- [ASSIGNED TASK] Return the records exactly, with nothing added.

Entries taken from a collection
+ + + + + + +

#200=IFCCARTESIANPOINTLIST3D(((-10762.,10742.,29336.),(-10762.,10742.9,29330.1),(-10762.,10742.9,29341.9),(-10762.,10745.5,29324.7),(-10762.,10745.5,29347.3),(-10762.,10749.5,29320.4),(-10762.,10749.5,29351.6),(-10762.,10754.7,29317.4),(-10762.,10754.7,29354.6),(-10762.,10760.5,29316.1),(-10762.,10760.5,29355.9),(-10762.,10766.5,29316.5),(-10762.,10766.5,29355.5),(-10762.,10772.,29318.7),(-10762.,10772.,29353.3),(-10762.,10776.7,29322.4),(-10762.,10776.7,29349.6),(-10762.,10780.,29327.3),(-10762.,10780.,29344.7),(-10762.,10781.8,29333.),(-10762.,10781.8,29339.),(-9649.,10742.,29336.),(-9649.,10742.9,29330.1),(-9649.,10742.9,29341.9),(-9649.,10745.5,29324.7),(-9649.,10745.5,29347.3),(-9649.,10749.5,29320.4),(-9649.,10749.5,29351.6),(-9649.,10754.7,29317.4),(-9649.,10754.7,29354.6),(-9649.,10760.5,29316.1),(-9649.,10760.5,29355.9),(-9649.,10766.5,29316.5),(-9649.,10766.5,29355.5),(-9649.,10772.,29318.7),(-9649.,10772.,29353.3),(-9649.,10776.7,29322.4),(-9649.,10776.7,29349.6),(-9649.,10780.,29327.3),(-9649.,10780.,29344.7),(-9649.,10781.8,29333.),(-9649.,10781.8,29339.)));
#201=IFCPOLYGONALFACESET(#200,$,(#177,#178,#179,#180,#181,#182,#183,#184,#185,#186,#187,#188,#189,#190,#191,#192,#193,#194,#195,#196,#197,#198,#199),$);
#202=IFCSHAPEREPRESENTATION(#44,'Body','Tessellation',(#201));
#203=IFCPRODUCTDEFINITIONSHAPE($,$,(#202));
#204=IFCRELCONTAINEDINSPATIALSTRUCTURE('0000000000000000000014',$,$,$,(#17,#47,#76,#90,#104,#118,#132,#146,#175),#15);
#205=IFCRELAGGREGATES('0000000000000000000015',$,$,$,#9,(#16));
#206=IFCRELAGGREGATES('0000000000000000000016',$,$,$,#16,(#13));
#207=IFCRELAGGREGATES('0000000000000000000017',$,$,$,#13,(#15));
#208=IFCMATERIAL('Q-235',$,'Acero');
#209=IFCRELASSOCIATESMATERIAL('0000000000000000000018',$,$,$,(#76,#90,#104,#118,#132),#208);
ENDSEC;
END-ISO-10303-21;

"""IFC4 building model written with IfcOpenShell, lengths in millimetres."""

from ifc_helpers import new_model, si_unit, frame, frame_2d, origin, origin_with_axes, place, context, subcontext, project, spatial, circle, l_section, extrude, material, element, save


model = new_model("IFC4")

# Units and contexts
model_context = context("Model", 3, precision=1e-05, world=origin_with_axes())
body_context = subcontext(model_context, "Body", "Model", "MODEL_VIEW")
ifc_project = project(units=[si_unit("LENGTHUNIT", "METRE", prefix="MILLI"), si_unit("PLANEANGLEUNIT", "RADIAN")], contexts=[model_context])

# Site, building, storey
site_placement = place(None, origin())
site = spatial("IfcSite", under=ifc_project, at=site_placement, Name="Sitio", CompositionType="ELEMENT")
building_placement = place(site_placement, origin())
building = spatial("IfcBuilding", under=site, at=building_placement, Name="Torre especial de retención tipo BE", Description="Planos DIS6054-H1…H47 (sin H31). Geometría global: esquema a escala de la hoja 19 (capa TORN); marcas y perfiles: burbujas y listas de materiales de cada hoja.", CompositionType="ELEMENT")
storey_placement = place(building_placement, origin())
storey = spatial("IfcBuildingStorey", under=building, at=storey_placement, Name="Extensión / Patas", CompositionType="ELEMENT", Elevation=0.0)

+ + + + + + +

- [PROBLEM SOLUTION]
#200=IFCCARTESIANPOINTLIST3D(((-10762.,10742.,29336.),(-10762.,10742.9,29330.1),(-10762.,10742.9,29341.9),(-10762.,10745.5,29324.7),(-10762.,10745.5,29347.3),(-10762.,10749.5,29320.4),(-10762.,10749.5,29351.6),(-10762.,10754.7,29317.4),(-10762.,10754.7,29354.6),(-10762.,10760.5,29316.1),(-10762.,10760.5,29355.9),(-10762.,10766.5,29316.5),(-10762.,10766.5,29355.5),(-10762.,10772.,29318.7),(-10762.,10772.,29353.3),(-10762.,10776.7,29322.4),(-10762.,10776.7,29349.6),(-10762.,10780.,29327.3),(-10762.,10780.,29344.7),(-10762.,10781.8,29333.),(-10762.,10781.8,29339.),(-9649.,10742.,29336.),(-9649.,10742.9,29330.1),(-9649.,10742.9,29341.9),(-9649.,10745.5,29324.7),(-9649.,10745.5,29347.3),(-9649.,10749.5,29320.4),(-9649.,10749.5,29351.6),(-9649.,10754.7,29317.4),(-9649.,10754.7,29354.6),(-9649.,10760.5,29316.1),(-9649.,10760.5,29355.9),(-9649.,10766.5,29316.5),(-9649.,10766.5,29355.5),(-9649.,10772.,29318.7),(-9649.,10772.,29353.3),(-9649.,10776.7,29322.4),(-9649.,10776.7,29349.6),(-9649.,10780.,29327.3),(-9649.,10780.,29344.7),(-9649.,10781.8,29333.),(-9649.,10781.8,29339.)));
#201=IFCPOLYGONALFACESET(#200,$,(#177,#178,#179,#180,#181,#182,#183,#184,#185,#186,#187,#188,#189,#190,#191,#192,#193,#194,#195,#196,#197,#198,#199),$);
#202=IFCSHAPEREPRESENTATION(#44,'Body','Tessellation',(#201));
#203=IFCPRODUCTDEFINITIONSHAPE($,$,(#202));
#204=IFCRELCONTAINEDINSPATIALSTRUCTURE('0000000000000000000014',$,$,$,(#17,#47,#76,#90,#104,#118,#132,#146,#175),#15);
#205=IFCRELAGGREGATES('0000000000000000000015',$,$,$,#9,(#16));
#206=IFCRELAGGREGATES('0000000000000000000016',$,$,$,#16,(#13));
#207=IFCRELAGGREGATES('0000000000000000000017',$,$,$,#13,(#15));
#208=IFCMATERIAL('Q-235',$,'Acero');
#209=IFCRELASSOCIATESMATERIAL('0000000000000000000018',$,$,$,(#76,#90,#104,#118,#132),#208);
ENDSEC;
END-ISO-10303-21;

"""IFC4 building model written with IfcOpenShell, lengths in millimetres."""

from ifc_helpers import new_model, si_unit, frame, frame_2d, origin, origin_with_axes, place, context, subcontext, project, spatial, circle, l_section, extrude, material, element, save


model = new_model("IFC4")

# Units and contexts
model_context = context("Model", 3, precision=1e-05, world=origin_with_axes())
body_context = subcontext(model_context, "Body", "Model", "MODEL_VIEW")
ifc_project = project(units=[si_unit("LENGTHUNIT", "METRE", prefix="MILLI"), si_unit("PLANEANGLEUNIT", "RADIAN")], contexts=[model_context])

# Site, building, storey
site_placement = place(None, origin())
site = spatial("IfcSite", under=ifc_project, at=site_placement, Name="Sitio", CompositionType="ELEMENT")
building_placement = place(site_placement, origin())
building = spatial("IfcBuilding", under=site, at=building_placement, Name="Torre especial de retención tipo BE", Description="Planos DIS6054-H1…H47 (sin H31). Geometría global: esquema a escala de la hoja 19 (capa TORN); marcas y perfiles: burbujas y listas de materiales de cada hoja.", CompositionType="ELEMENT")
storey_placement = place(building_placement, origin())
storey = spatial("IfcBuildingStorey", under=building, at=storey_placement, Name="Extensión / Patas", CompositionType="ELEMENT", Elevation=0.0)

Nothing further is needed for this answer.